* [WHAT THE TASK ASKS] Using the data below, show every line where the word "IFCCARTESIANPOINT" occurs.

(Stored data)
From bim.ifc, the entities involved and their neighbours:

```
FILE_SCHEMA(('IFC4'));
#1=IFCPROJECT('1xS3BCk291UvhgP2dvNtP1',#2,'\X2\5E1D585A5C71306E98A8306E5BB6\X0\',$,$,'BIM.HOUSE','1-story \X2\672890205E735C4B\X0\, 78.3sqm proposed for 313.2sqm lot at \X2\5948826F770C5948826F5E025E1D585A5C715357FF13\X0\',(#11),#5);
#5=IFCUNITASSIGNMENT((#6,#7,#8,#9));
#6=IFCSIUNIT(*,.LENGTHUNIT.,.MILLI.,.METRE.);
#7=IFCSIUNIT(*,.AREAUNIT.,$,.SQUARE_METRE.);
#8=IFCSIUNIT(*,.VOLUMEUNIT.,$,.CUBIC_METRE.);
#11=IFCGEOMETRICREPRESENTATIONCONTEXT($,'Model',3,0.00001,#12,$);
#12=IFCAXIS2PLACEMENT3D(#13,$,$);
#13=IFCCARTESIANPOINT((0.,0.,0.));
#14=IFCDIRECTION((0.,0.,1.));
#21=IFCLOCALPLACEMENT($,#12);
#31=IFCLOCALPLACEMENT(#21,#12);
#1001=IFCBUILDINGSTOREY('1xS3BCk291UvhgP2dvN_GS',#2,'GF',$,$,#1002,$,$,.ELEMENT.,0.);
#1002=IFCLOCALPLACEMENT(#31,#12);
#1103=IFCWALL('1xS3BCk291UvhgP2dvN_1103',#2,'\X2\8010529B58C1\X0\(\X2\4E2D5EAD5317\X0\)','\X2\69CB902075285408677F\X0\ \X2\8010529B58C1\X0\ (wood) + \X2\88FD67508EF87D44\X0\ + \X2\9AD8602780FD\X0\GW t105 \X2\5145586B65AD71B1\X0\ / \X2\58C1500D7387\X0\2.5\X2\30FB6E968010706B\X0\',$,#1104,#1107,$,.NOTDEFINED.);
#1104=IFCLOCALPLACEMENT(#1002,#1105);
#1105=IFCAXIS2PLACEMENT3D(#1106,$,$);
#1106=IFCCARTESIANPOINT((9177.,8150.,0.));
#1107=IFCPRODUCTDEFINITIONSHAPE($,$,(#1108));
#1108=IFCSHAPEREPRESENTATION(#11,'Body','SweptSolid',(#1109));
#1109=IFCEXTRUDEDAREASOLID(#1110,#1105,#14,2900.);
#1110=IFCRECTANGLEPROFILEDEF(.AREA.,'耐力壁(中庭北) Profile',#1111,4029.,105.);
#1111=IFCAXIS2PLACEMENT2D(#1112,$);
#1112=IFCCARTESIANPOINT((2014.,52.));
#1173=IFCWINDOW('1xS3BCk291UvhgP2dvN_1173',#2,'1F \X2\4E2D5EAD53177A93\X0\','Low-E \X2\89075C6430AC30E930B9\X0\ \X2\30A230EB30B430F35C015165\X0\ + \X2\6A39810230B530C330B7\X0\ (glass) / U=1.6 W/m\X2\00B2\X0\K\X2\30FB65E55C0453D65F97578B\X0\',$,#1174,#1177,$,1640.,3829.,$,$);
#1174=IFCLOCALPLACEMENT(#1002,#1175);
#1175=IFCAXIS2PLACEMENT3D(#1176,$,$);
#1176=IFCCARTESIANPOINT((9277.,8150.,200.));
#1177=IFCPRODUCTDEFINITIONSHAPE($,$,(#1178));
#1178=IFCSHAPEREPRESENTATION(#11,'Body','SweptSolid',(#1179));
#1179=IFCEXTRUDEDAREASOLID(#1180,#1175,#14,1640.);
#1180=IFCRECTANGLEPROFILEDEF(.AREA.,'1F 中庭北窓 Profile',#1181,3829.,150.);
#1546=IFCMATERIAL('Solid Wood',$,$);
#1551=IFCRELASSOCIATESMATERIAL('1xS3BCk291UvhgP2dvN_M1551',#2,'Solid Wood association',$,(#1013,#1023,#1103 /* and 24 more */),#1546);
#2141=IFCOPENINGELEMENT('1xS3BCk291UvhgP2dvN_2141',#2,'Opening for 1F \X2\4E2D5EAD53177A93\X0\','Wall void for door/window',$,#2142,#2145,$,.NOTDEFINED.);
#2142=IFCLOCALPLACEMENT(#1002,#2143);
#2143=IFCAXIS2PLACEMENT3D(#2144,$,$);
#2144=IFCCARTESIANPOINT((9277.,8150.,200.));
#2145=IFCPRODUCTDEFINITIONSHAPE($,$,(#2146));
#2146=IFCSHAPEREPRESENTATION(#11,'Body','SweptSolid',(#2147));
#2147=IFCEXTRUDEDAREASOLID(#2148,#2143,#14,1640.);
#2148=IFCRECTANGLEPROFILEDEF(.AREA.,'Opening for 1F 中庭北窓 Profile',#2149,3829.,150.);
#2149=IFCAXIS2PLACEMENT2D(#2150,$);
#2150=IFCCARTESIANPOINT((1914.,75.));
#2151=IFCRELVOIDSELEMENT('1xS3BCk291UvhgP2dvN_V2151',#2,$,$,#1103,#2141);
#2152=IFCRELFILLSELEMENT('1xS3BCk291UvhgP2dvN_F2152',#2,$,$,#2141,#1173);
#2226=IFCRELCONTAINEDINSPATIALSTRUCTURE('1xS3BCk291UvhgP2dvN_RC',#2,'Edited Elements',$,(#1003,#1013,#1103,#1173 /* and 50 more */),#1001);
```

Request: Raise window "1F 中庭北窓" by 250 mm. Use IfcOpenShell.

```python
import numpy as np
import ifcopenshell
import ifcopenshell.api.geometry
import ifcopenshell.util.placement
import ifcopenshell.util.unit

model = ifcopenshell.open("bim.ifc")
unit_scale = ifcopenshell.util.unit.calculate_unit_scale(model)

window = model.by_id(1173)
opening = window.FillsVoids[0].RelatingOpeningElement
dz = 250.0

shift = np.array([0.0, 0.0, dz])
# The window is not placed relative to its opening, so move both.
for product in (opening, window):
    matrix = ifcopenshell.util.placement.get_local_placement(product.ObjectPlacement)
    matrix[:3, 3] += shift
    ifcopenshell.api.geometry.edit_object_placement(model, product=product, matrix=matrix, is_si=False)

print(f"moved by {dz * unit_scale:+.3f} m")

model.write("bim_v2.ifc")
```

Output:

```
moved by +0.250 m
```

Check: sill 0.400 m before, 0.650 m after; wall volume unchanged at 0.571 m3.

* [SOLUTION]
#13=IFCCARTESIANPOINT((0.,0.,0.));
#1106=IFCCARTESIANPOINT((9177.,8150.,0.));
#1112=IFCCARTESIANPOINT((2014.,52.));
#1176=IFCCARTESIANPOINT((9277.,8150.,200.));
#2144=IFCCARTESIANPOINT((9277.,8150.,200.));
#2150=IFCCARTESIANPOINT((1914.,75.));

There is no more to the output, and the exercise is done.